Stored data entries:

━━━━

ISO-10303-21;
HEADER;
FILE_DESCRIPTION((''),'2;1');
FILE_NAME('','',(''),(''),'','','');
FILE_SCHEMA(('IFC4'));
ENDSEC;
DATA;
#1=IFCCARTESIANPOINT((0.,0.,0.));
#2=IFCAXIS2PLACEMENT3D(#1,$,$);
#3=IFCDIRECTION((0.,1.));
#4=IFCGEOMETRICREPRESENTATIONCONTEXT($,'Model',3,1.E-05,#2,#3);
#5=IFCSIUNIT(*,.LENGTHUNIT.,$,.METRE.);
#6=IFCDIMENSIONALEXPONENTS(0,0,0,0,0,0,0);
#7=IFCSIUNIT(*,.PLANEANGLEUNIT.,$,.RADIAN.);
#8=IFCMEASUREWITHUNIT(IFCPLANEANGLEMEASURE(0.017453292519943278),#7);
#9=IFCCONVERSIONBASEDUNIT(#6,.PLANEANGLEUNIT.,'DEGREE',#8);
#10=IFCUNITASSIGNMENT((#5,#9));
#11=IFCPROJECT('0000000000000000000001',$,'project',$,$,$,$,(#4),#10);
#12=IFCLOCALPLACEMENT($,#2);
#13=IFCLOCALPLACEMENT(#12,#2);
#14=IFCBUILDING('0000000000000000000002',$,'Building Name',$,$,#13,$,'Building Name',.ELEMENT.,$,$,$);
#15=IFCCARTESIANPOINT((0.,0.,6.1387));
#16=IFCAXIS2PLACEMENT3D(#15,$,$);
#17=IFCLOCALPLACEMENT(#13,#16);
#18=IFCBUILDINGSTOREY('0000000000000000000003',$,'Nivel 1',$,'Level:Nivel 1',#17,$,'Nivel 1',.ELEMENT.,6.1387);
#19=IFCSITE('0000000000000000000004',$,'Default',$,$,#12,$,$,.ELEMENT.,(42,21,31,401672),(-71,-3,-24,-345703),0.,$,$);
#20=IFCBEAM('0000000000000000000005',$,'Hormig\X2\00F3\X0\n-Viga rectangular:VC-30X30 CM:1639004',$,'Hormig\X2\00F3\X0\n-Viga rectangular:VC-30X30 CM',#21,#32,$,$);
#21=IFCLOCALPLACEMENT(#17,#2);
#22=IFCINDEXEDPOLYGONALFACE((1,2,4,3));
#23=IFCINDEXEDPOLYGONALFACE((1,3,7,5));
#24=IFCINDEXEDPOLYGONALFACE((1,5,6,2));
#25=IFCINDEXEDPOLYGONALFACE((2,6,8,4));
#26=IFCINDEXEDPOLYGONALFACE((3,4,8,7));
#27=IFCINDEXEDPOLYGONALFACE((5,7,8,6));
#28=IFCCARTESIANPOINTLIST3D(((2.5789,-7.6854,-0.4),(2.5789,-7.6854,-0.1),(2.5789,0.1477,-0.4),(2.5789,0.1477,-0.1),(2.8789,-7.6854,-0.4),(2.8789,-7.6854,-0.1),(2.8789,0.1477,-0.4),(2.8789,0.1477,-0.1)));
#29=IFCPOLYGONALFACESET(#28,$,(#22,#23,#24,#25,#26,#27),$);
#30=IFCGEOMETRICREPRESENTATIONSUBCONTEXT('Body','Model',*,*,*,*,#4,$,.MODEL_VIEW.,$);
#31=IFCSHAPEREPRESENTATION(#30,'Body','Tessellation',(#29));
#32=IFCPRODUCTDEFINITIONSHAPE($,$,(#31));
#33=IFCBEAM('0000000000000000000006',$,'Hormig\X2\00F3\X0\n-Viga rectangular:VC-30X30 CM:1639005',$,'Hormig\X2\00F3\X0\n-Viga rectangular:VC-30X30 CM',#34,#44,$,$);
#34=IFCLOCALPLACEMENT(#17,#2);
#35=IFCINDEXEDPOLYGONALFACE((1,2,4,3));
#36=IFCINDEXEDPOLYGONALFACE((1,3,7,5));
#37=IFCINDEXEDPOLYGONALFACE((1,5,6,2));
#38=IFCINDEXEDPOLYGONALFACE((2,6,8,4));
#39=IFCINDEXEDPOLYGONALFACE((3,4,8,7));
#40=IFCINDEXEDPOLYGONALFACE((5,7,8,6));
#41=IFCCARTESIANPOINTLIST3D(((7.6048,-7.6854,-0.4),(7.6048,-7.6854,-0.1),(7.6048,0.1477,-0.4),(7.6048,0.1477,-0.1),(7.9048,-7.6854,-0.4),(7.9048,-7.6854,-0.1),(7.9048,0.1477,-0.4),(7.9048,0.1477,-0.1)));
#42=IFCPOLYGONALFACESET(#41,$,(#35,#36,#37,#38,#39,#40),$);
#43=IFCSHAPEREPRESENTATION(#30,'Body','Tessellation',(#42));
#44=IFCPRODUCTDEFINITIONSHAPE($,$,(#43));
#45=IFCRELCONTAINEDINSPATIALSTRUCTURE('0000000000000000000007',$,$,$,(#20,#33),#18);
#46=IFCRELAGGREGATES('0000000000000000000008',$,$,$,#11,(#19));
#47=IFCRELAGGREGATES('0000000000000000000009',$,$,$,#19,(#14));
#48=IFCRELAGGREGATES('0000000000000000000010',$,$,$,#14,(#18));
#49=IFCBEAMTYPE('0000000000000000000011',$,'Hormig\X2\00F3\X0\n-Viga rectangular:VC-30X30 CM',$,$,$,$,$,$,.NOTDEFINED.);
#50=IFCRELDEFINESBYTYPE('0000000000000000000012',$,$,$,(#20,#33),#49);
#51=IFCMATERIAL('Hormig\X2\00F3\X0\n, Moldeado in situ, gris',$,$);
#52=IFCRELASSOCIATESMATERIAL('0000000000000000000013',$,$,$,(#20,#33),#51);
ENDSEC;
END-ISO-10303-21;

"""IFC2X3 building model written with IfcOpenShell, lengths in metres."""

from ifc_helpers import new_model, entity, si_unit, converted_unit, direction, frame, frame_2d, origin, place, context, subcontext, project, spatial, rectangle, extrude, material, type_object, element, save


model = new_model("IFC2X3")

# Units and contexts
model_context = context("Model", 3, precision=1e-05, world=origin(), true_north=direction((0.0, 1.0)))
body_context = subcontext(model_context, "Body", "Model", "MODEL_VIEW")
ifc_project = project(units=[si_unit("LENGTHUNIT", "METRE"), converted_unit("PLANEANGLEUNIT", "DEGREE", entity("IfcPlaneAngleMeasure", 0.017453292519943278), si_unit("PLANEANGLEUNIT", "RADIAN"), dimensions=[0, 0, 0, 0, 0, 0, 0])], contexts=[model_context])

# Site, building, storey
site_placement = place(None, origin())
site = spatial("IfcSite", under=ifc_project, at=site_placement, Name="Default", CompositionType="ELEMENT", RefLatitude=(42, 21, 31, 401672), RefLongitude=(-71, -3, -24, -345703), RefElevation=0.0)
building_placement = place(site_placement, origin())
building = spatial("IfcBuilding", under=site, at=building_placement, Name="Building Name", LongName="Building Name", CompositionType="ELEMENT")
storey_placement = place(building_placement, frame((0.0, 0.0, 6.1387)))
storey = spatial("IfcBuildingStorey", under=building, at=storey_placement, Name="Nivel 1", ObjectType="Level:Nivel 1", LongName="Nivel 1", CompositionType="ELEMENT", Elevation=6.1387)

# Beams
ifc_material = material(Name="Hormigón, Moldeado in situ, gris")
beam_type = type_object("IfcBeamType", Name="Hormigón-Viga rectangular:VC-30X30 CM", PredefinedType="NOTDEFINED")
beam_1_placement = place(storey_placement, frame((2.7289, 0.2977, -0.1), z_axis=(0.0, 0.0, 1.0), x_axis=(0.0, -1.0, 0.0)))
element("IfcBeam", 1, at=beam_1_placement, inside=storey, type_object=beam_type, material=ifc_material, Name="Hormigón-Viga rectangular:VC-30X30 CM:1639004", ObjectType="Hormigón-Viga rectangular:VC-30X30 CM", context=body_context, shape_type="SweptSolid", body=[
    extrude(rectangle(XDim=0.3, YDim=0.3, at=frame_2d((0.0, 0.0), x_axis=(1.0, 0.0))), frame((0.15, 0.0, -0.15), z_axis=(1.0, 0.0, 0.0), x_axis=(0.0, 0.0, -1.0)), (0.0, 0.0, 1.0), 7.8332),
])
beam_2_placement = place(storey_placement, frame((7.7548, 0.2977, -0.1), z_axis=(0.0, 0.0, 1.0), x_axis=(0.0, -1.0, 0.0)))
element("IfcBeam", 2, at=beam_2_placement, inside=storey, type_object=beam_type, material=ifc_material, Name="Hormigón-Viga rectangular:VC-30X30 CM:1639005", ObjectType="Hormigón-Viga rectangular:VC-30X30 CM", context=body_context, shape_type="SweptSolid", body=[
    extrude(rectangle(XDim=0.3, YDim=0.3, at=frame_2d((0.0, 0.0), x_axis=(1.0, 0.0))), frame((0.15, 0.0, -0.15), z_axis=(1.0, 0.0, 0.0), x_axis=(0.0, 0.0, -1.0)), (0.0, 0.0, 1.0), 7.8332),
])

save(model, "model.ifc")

━━━━

WHAT THE EXERCISE ASKS: Using the records above, restate word for word the lines from the one with "#23=IFCINDEXEDPOLYGONALFACE((1,3,7,5));" through the one with "END-ISO-10303-21;", both included.

WRITTEN RESPONSE:
#23=IFCINDEXEDPOLYGONALFACE((1,3,7,5));
#24=IFCINDEXEDPOLYGONALFACE((1,5,6,2));
#25=IFCINDEXEDPOLYGONALFACE((2,6,8,4));
#26=IFCINDEXEDPOLYGONALFACE((3,4,8,7));
#27=IFCINDEXEDPOLYGONALFACE((5,7,8,6));
#28=IFCCARTESIANPOINTLIST3D(((2.5789,-7.6854,-0.4),(2.5789,-7.6854,-0.1),(2.5789,0.1477,-0.4),(2.5789,0.1477,-0.1),(2.8789,-7.6854,-0.4),(2.8789,-7.6854,-0.1),(2.8789,0.1477,-0.4),(2.8789,0.1477,-0.1)));
#29=IFCPOLYGONALFACESET(#28,$,(#22,#23,#24,#25,#26,#27),$);
#30=IFCGEOMETRICREPRESENTATIONSUBCONTEXT('Body','Model',*,*,*,*,#4,$,.MODEL_VIEW.,$);
#31=IFCSHAPEREPRESENTATION(#30,'Body','Tessellation',(#29));
#32=IFCPRODUCTDEFINITIONSHAPE($,$,(#31));
#33=IFCBEAM('0000000000000000000006',$,'Hormig\X2\00F3\X0\n-Viga rectangular:VC-30X30 CM:1639005',$,'Hormig\X2\00F3\X0\n-Viga rectangular:VC-30X30 CM',#34,#44,$,$);
#34=IFCLOCALPLACEMENT(#17,#2);
#35=IFCINDEXEDPOLYGONALFACE((1,2,4,3));
#36=IFCINDEXEDPOLYGONALFACE((1,3,7,5));
#37=IFCINDEXEDPOLYGONALFACE((1,5,6,2));
#38=IFCINDEXEDPOLYGONALFACE((2,6,8,4));
#39=IFCINDEXEDPOLYGONALFACE((3,4,8,7));
#40=IFCINDEXEDPOLYGONALFACE((5,7,8,6));
#41=IFCCARTESIANPOINTLIST3D(((7.6048,-7.6854,-0.4),(7.6048,-7.6854,-0.1),(7.6048,0.1477,-0.4),(7.6048,0.1477,-0.1),(7.9048,-7.6854,-0.4),(7.9048,-7.6854,-0.1),(7.9048,0.1477,-0.4),(7.9048,0.1477,-0.1)));
#42=IFCPOLYGONALFACESET(#41,$,(#35,#36,#37,#38,#39,#40),$);
#43=IFCSHAPEREPRESENTATION(#30,'Body','Tessellation',(#42));
#44=IFCPRODUCTDEFINITIONSHAPE($,$,(#43));
#45=IFCRELCONTAINEDINSPATIALSTRUCTURE('0000000000000000000007',$,$,$,(#20,#33),#18);
#46=IFCRELAGGREGATES('0000000000000000000008',$,$,$,#11,(#19));
#47=IFCRELAGGREGATES('0000000000000000000009',$,$,$,#19,(#14));
#48=IFCRELAGGREGATES('0000000000000000000010',$,$,$,#14,(#18));
#49=IFCBEAMTYPE('0000000000000000000011',$,'Hormig\X2\00F3\X0\n-Viga rectangular:VC-30X30 CM',$,$,$,$,$,$,.NOTDEFINED.);
#50=IFCRELDEFINESBYTYPE('0000000000000000000012',$,$,$,(#20,#33),#49);
#51=IFCMATERIAL('Hormig\X2\00F3\X0\n, Moldeado in situ, gris',$,$);
#52=IFCRELASSOCIATESMATERIAL('0000000000000000000013',$,$,$,(#20,#33),#51);
ENDSEC;
END-ISO-10303-21;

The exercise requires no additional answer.